[Collected data]
──────────────────────────────

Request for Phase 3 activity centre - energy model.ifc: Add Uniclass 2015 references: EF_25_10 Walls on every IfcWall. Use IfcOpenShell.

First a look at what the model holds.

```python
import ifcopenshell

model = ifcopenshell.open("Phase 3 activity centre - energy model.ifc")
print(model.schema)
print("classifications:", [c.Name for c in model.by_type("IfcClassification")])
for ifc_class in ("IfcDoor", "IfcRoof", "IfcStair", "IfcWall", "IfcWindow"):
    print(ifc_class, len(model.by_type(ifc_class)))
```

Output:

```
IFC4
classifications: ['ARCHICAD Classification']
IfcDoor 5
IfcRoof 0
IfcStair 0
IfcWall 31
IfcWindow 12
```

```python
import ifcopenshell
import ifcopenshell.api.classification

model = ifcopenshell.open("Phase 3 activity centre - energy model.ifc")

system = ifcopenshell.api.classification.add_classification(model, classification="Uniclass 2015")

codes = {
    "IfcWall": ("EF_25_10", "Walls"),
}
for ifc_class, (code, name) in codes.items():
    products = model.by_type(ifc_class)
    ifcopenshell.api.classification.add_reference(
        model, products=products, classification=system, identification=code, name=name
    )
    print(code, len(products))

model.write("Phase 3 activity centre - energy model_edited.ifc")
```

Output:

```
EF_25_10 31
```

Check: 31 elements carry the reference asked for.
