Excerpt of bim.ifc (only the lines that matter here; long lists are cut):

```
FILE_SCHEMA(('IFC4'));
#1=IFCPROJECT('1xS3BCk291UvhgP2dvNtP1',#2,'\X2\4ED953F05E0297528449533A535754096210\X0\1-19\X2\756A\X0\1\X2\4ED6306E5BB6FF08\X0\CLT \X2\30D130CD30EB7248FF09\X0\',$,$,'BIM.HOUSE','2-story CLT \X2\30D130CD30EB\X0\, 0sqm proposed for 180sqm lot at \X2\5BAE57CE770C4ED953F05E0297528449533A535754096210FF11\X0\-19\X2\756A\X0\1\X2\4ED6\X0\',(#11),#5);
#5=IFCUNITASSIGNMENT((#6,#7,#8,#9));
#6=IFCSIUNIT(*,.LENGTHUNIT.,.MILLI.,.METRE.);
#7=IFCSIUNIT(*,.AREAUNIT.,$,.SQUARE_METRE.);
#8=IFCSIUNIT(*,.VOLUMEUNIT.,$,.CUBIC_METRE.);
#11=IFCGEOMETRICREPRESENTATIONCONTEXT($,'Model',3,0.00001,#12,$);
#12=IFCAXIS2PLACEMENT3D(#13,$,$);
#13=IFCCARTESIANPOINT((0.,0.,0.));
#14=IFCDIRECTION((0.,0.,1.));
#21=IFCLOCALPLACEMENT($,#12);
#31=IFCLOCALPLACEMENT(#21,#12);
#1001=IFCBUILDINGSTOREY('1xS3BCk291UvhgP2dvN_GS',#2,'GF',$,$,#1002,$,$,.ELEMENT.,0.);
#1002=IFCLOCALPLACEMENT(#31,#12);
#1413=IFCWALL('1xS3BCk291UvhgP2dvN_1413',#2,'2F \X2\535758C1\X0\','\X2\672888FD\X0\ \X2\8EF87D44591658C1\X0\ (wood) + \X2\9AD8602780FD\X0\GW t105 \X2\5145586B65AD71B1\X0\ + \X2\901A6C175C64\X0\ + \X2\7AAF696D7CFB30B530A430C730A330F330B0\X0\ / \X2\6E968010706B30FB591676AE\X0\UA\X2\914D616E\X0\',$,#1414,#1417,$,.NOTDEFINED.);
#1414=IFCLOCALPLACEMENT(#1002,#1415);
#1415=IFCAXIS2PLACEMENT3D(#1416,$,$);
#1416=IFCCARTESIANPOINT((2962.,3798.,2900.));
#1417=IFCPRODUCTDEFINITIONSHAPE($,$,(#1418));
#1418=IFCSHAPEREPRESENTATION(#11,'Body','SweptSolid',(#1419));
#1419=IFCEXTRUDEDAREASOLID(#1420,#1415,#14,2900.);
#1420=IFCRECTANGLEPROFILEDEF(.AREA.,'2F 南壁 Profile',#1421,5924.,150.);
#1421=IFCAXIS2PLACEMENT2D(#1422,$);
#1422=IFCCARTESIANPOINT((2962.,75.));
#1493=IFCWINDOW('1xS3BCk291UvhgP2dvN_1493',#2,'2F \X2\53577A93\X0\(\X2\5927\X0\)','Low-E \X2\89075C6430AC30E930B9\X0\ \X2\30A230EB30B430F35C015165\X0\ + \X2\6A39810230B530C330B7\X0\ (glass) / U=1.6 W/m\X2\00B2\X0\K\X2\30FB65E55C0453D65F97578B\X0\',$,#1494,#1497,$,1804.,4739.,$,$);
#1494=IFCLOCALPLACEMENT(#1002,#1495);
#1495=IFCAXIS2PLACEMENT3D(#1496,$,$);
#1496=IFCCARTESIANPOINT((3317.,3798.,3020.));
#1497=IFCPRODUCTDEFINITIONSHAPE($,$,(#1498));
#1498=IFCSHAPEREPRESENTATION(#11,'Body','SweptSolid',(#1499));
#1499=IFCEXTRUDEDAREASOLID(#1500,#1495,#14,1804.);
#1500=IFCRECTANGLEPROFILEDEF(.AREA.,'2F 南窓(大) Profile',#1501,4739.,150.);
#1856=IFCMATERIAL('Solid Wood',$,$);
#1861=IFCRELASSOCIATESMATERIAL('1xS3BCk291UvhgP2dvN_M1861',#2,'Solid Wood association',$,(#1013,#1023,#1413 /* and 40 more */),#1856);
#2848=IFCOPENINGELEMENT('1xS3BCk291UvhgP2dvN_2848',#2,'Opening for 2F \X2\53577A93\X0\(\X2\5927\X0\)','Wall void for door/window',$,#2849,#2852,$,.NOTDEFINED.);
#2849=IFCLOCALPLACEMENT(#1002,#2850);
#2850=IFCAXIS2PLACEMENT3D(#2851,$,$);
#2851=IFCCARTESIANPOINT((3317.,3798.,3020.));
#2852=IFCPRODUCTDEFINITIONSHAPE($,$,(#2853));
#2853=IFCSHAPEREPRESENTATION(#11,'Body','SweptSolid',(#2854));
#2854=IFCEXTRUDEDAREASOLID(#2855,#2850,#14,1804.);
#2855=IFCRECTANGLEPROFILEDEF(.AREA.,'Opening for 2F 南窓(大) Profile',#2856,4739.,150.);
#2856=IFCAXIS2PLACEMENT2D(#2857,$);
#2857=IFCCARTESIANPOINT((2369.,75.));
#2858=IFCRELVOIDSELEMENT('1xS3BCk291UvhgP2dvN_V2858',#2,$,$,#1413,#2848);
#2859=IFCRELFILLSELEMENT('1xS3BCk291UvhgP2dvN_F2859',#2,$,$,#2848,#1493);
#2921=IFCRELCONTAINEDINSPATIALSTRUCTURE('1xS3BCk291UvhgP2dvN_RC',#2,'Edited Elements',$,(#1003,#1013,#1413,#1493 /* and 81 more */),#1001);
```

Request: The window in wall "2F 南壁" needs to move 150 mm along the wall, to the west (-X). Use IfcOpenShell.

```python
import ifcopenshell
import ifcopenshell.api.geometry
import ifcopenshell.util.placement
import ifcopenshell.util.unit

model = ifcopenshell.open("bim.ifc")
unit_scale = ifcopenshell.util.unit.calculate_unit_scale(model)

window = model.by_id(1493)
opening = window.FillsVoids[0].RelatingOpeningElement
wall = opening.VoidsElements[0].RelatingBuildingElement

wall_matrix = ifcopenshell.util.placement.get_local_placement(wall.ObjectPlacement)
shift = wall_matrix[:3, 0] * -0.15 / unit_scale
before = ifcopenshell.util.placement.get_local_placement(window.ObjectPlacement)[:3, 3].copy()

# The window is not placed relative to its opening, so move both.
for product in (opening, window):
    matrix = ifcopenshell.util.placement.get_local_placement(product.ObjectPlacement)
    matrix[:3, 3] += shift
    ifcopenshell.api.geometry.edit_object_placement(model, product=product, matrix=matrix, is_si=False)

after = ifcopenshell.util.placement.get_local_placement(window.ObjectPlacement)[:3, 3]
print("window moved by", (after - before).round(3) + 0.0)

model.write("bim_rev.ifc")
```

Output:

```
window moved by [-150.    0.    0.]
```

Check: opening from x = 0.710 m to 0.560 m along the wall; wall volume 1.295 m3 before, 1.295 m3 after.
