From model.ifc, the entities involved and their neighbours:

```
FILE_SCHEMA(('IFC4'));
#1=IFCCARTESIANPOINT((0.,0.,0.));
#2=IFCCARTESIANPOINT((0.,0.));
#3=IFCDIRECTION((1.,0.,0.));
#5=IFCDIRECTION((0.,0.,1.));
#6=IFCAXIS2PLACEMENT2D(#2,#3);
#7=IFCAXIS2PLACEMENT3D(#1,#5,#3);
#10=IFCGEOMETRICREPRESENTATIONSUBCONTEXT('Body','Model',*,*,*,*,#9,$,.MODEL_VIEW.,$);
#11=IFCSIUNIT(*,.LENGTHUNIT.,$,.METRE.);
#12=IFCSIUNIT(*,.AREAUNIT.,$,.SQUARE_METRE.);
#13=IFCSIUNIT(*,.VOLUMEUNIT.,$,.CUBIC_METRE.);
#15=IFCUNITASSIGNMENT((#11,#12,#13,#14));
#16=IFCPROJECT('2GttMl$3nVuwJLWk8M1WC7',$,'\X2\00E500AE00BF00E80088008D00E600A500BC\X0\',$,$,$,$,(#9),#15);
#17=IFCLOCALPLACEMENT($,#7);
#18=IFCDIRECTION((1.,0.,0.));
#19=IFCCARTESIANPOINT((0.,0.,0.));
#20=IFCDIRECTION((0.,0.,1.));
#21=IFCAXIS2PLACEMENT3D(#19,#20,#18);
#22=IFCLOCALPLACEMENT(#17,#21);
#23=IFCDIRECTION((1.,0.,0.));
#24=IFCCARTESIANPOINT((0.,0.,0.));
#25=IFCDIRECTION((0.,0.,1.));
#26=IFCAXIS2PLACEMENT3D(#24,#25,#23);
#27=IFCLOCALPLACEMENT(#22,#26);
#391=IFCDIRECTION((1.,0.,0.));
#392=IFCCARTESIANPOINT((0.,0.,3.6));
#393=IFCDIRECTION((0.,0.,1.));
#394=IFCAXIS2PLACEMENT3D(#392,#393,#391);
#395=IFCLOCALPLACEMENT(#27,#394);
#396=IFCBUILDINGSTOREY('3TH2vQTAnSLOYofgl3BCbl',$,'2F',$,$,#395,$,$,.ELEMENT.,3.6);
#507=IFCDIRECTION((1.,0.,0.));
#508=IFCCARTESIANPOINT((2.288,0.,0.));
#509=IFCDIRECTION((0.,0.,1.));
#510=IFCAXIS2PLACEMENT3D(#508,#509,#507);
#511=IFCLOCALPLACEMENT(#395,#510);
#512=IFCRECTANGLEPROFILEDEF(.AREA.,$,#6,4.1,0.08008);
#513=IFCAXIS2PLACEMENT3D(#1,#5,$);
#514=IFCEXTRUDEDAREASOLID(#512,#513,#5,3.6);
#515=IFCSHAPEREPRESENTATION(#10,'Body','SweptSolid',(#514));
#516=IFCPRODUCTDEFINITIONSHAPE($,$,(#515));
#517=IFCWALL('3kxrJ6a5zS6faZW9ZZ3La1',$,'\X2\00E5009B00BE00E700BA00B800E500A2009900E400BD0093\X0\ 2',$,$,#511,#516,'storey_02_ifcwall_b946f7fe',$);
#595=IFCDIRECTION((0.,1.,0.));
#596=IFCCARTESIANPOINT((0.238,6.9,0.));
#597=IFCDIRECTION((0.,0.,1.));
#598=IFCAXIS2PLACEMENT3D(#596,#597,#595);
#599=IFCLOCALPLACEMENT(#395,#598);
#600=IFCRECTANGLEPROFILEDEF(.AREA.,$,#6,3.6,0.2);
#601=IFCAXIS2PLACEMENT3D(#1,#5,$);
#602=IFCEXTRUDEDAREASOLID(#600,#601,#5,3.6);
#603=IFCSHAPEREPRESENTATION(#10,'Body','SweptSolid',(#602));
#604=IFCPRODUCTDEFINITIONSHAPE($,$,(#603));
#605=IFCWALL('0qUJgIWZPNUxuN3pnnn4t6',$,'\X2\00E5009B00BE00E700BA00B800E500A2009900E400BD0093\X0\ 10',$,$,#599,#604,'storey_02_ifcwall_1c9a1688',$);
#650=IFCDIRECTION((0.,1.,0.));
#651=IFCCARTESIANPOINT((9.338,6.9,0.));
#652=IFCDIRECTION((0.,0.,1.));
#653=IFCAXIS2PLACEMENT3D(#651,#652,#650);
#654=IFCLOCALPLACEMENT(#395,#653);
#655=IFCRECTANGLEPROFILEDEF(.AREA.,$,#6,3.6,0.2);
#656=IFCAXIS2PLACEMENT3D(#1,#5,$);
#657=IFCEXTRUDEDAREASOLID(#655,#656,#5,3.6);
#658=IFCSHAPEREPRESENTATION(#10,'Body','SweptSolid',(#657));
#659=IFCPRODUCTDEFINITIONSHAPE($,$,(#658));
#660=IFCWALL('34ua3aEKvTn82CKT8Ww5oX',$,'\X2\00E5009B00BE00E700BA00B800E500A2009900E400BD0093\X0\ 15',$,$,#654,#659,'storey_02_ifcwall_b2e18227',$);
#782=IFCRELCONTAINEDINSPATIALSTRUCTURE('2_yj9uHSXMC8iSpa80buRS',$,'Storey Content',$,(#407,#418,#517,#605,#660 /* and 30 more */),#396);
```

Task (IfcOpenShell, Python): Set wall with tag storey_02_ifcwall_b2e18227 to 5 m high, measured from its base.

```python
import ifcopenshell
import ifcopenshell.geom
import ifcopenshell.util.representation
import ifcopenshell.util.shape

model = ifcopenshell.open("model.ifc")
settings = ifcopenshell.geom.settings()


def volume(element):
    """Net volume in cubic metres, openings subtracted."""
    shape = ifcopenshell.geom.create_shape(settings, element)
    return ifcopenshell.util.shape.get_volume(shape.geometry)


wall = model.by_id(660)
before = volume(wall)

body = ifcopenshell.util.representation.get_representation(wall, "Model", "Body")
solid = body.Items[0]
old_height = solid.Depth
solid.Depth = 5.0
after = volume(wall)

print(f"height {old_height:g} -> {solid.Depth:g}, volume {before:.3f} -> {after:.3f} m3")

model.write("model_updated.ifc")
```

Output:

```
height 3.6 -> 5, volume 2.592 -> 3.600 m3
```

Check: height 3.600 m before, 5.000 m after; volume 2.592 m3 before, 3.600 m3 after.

──────────────────────────────

▶ **What the task requires**
Lines above that contain the string "SweptSolid" make up the answer.

▶ **Written response**
#1418=IFCSHAPEREPRESENTATION(#11,'Body','SweptSolid',(#1419));
#1498=IFCSHAPEREPRESENTATION(#11,'Body','SweptSolid',(#1499));
#2853=IFCSHAPEREPRESENTATION(#11,'Body','SweptSolid',(#2854));
#515=IFCSHAPEREPRESENTATION(#10,'Body','SweptSolid',(#514));
#603=IFCSHAPEREPRESENTATION(#10,'Body','SweptSolid',(#602));
#658=IFCSHAPEREPRESENTATION(#10,'Body','SweptSolid',(#657));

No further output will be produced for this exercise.